Branch: refs/heads/master
Commit: 3d1f77ce20ce28a958544f19a84f589f4840c3ed
Parents: 4ac7774
Author: Brendan Dwyer <br...@ibm.com>
Authored: Mon May 22 15:47:12 2017 -0700
Committer: Deron Eriksson <de...@us.ibm.com>
Committed: Mon May 22 15:47:12 2017 -0700

----------------------------------------------------------------------
 scripts/algorithms/Cox.dml | 51 ++++++++++++++++++++++++++++++-----------
 1 file changed, 38 insertions(+), 13 deletions(-)
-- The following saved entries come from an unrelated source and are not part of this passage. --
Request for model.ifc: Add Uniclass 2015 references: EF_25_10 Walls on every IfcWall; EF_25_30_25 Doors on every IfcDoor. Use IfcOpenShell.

First a look at what the model holds.

```python
import ifcopenshell

model = ifcopenshell.open("model.ifc")
print(model.schema)
print("classifications:", [c.Name for c in model.by_type("IfcClassification")])
for ifc_class in ("IfcDoor", "IfcRoof", "IfcStair", "IfcWall", "IfcWindow"):
    print(ifc_class, len(model.by_type(ifc_class)))
```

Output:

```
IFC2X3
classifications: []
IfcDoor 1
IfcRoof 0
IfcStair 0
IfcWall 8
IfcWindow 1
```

```python
import ifcopenshell
import ifcopenshell.api.classification

model = ifcopenshell.open("model.ifc")

# IFC2X3 requires Source and Edition and has no link from the project to the system.
system = model.create_entity("IfcClassification", Source="NBS", Edition="2015", Name="Uniclass 2015")

codes = {
    "IfcWall": ("EF_25_10", "Walls"),
    "IfcDoor": ("EF_25_30_25", "Doors"),
}
for ifc_class, (code, name) in codes.items():
    products = model.by_type(ifc_class)
    ifcopenshell.api.classification.add_reference(
        model, products=products, classification=system, identification=code, name=name
    )
    print(code, len(products))

model.write("model_edited.ifc")
```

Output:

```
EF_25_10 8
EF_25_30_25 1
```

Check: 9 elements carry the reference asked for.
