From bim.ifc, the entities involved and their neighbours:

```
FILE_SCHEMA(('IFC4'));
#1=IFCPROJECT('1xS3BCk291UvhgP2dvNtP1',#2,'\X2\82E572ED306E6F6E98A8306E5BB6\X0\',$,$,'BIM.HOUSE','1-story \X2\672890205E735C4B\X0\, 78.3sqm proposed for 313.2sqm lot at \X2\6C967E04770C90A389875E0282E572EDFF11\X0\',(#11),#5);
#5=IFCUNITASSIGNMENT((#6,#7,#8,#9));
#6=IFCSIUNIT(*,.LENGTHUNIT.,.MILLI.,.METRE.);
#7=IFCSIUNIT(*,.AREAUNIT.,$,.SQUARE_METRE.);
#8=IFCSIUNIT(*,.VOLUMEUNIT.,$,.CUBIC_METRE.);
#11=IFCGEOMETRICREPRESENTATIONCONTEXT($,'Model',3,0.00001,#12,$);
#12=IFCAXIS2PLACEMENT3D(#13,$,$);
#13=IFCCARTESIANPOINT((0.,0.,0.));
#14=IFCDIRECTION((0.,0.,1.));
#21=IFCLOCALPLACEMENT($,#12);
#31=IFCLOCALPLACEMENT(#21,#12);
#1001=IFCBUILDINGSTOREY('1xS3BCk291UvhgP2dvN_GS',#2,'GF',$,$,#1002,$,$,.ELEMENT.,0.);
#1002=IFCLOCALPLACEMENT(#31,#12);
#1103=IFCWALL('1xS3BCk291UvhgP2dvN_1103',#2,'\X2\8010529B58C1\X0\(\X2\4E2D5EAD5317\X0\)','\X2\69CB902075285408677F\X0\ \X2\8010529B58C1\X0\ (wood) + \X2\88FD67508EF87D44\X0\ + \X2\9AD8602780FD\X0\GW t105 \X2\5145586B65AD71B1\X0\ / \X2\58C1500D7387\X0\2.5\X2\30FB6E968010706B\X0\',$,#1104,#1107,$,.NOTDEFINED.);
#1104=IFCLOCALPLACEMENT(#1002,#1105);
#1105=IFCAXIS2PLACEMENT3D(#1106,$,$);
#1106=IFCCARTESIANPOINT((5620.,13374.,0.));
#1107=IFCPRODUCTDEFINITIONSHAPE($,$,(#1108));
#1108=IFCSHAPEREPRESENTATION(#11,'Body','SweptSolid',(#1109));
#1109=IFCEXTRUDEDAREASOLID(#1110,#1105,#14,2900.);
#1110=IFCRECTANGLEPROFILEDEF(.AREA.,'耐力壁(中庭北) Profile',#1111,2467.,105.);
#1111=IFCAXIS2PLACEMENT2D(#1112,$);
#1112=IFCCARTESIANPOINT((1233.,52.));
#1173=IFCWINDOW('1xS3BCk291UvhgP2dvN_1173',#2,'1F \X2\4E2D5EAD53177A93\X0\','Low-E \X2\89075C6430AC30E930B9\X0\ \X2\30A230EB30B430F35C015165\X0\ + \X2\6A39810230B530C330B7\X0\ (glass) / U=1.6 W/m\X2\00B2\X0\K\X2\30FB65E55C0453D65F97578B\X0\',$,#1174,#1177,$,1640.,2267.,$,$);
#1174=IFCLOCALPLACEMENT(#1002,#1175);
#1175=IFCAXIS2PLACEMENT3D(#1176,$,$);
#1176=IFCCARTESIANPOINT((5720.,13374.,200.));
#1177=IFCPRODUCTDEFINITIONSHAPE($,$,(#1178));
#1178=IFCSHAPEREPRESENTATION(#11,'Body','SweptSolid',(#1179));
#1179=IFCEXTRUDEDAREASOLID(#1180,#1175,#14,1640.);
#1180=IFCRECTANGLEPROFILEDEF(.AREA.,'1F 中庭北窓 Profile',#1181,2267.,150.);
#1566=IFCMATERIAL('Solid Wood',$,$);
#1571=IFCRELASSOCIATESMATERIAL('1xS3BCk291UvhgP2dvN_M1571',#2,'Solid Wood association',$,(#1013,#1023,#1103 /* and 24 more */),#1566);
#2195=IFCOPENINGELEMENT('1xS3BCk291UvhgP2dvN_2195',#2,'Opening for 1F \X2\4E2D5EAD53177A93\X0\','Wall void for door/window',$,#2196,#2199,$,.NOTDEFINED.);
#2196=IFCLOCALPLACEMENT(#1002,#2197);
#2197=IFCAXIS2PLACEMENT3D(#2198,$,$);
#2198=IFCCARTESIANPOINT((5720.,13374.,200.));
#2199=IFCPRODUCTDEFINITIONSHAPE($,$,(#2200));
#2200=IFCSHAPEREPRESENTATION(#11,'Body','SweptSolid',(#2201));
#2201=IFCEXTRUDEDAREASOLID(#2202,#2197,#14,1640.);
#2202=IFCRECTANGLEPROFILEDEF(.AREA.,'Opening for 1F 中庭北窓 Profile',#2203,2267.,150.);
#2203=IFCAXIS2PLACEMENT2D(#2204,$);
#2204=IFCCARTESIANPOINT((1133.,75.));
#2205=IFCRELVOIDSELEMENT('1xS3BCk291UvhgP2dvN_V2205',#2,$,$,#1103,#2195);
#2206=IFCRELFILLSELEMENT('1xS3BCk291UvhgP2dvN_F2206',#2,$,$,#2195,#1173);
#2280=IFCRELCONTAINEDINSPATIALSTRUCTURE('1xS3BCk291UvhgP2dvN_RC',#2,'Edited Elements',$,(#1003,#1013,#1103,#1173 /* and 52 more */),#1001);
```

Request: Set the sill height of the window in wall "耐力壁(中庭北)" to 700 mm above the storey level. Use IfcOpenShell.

```python
import numpy as np
import ifcopenshell
import ifcopenshell.api.geometry
import ifcopenshell.geom
import ifcopenshell.util.element
import ifcopenshell.util.placement
import ifcopenshell.util.shape
import ifcopenshell.util.unit

model = ifcopenshell.open("bim.ifc")
unit_scale = ifcopenshell.util.unit.calculate_unit_scale(model)

window = model.by_guid("1xS3BCk291UvhgP2dvN_1173")
opening = window.FillsVoids[0].RelatingOpeningElement
storey = ifcopenshell.util.element.get_container(window, ifc_class="IfcBuildingStorey")
level = ifcopenshell.util.placement.get_local_placement(storey.ObjectPlacement)[2, 3]

# The opening's origin need not be at the sill, so measure its lowest point.
shape = ifcopenshell.geom.create_shape(ifcopenshell.geom.settings(), opening)
bottom = ifcopenshell.util.shape.get_shape_bottom_elevation(shape, shape.geometry) / unit_scale
dz = level + 0.7 / unit_scale - bottom

shift = np.array([0.0, 0.0, dz])
# The window is not placed relative to its opening, so move both.
for product in (opening, window):
    matrix = ifcopenshell.util.placement.get_local_placement(product.ObjectPlacement)
    matrix[:3, 3] += shift
    ifcopenshell.api.geometry.edit_object_placement(model, product=product, matrix=matrix, is_si=False)

print(f"moved by {dz * unit_scale:+.3f} m")

model.write("bim_v2.ifc")
```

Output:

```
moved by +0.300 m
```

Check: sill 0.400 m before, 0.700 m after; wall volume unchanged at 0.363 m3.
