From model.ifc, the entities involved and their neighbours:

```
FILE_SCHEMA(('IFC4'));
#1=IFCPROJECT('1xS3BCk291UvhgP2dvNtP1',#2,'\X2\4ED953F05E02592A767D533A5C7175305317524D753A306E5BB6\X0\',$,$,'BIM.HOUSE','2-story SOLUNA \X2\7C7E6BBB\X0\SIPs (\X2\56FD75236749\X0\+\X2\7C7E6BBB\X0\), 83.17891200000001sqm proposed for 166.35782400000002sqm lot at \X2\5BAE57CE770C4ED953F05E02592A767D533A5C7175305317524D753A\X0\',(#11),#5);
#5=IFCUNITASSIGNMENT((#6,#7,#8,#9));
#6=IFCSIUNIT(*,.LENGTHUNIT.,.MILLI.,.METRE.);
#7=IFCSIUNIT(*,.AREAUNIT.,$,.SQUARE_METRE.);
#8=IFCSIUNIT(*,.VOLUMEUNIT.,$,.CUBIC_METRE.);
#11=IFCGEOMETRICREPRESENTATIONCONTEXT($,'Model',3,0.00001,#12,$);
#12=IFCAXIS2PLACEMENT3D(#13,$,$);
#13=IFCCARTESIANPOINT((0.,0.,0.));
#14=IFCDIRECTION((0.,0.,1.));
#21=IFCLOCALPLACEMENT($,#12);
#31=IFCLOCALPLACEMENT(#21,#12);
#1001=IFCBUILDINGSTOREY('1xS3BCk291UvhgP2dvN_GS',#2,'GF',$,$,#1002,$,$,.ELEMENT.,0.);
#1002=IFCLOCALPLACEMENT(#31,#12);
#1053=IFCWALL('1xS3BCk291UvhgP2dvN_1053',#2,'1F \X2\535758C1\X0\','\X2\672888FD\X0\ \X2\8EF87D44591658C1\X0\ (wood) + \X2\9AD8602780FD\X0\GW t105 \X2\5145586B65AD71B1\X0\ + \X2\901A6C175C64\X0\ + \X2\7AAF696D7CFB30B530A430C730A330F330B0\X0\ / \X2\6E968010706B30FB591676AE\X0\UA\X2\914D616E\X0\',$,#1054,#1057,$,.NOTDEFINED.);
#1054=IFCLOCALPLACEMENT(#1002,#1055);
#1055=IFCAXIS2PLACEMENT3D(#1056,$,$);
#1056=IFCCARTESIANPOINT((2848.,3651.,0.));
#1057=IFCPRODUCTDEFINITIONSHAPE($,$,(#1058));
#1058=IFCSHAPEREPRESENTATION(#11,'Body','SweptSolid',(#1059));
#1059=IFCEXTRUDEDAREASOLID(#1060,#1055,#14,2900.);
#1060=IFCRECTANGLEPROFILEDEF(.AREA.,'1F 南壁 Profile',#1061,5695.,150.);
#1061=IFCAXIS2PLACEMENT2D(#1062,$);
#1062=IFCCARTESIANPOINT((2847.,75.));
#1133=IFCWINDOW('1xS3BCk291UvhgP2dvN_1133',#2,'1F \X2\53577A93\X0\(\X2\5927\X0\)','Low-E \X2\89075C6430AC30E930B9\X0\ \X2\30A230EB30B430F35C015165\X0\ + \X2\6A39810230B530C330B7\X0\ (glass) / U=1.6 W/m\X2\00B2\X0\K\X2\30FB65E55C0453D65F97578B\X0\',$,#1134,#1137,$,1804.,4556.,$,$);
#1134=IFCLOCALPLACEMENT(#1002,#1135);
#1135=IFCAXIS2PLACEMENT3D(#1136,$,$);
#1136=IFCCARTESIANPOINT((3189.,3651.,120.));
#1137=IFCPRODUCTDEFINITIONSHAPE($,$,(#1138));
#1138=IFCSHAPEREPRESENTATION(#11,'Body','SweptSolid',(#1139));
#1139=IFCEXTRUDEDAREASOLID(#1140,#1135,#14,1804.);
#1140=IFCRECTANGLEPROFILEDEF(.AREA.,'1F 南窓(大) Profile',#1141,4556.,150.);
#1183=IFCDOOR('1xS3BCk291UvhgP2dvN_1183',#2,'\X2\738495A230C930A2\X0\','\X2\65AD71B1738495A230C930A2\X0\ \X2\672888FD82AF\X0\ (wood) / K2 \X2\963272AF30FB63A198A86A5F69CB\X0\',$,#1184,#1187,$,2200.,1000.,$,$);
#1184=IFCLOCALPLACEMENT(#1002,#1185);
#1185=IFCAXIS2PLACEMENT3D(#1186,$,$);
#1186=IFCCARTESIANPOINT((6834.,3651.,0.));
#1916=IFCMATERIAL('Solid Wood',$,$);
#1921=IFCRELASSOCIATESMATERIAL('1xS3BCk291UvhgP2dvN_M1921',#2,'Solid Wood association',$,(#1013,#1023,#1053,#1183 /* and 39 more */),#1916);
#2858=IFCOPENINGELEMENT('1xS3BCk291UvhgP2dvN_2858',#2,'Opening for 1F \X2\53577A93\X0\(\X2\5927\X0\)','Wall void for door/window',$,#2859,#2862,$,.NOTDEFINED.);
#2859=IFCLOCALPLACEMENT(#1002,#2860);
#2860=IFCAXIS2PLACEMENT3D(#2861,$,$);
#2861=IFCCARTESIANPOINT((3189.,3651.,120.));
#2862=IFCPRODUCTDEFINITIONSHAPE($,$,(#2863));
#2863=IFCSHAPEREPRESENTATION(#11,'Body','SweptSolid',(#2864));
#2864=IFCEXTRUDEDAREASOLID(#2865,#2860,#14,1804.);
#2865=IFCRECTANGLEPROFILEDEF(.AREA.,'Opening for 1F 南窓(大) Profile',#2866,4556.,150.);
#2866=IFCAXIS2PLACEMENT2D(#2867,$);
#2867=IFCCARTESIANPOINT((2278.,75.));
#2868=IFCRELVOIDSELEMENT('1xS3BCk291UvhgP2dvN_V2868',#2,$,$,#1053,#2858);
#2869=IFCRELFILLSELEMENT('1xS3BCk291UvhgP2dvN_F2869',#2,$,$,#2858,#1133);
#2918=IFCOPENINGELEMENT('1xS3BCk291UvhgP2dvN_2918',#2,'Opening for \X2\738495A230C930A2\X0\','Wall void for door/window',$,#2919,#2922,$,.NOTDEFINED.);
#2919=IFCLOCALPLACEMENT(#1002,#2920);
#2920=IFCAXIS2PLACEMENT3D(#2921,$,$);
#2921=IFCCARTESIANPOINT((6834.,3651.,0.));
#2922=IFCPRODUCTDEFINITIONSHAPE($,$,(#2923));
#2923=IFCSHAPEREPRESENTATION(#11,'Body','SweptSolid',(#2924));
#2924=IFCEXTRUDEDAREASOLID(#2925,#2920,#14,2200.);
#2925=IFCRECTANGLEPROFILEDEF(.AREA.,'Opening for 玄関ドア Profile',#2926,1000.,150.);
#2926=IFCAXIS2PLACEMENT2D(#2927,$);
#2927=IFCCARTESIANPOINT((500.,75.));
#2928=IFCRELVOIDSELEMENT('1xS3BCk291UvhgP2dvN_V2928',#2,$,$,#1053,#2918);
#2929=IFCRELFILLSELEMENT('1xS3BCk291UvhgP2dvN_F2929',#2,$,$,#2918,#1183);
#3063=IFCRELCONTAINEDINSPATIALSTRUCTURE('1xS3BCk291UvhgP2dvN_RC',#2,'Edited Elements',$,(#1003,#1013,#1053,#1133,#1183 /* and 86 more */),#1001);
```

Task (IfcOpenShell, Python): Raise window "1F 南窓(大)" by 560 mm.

```python
import numpy as np
import ifcopenshell
import ifcopenshell.api.geometry
import ifcopenshell.util.placement
import ifcopenshell.util.unit

model = ifcopenshell.open("model.ifc")
unit_scale = ifcopenshell.util.unit.calculate_unit_scale(model)

window = model.by_guid("1xS3BCk291UvhgP2dvN_1133")
opening = window.FillsVoids[0].RelatingOpeningElement
dz = 560.0

shift = np.array([0.0, 0.0, dz])
# The window is not placed relative to its opening, so move both.
for product in (opening, window):
    matrix = ifcopenshell.util.placement.get_local_placement(product.ObjectPlacement)
    matrix[:3, 3] += shift
    ifcopenshell.api.geometry.edit_object_placement(model, product=product, matrix=matrix, is_si=False)

print(f"moved by {dz * unit_scale:+.3f} m")

model.write("model_rev.ifc")
```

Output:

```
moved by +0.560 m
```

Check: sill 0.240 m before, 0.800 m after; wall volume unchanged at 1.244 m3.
----------------------------------------------------------------------


http://git-wip-us.apache.org/repos/asf/incubator-systemml/blob/3d1f77ce/scripts/algorithms/Cox.dml
----------------------------------------------------------------------
diff --git a/scripts/algorithms/Cox.dml b/scripts/algorithms/Cox.dml
index a021109..e30dc87 100644
--- a/scripts/algorithms/Cox.dml
+++ b/scripts/algorithms/Cox.dml
@@ -68,18 +68,18 @@
 #	M[,6]: lower 100*(1-alpha)% confidence interval of betas
 #	M[,7]: upper 100*(1-alpha)% confidence interval of betas
 #
-# Two log files containing a summary of some statistics of the fitted model:
+# Two matrices containing a summary of some statistics of the fitted model:
 # 1- File S with the following format 
-#	- line 1: no. of observations
-#	- line 2: no. of events
-#   - line 3: log-likelihood 
-#	- line 4: AIC
-#	- line 5: Rsquare (Cox & Snell)
-#	- line 6: max possible Rsquare
+#	- row 1: no. of observations
+#	- row 2: no. of events
+#   - row 3: log-likelihood 
+#	- row 4: AIC
+#	- row 5: Rsquare (Cox & Snell)
+#	- row 6: max possible Rsquare
 # 2- File T with the following format
-#	- line 1: Likelihood ratio test statistic, degree of freedom, P-value
-#	- line 2: Wald test statistic, degree of freedom, P-value
-#	- line 3: Score (log-rank) test statistic, degree of freedom, P-value
+#	- row 1: Likelihood ratio test statistic, degree of freedom, P-value
+#	- row 2: Wald test statistic, degree of freedom, P-value
+#	- row 3: Score (log-rank) test statistic, degree of freedom, P-value
 # 
 # Additionally, the following matrices are stored (needed for prediction)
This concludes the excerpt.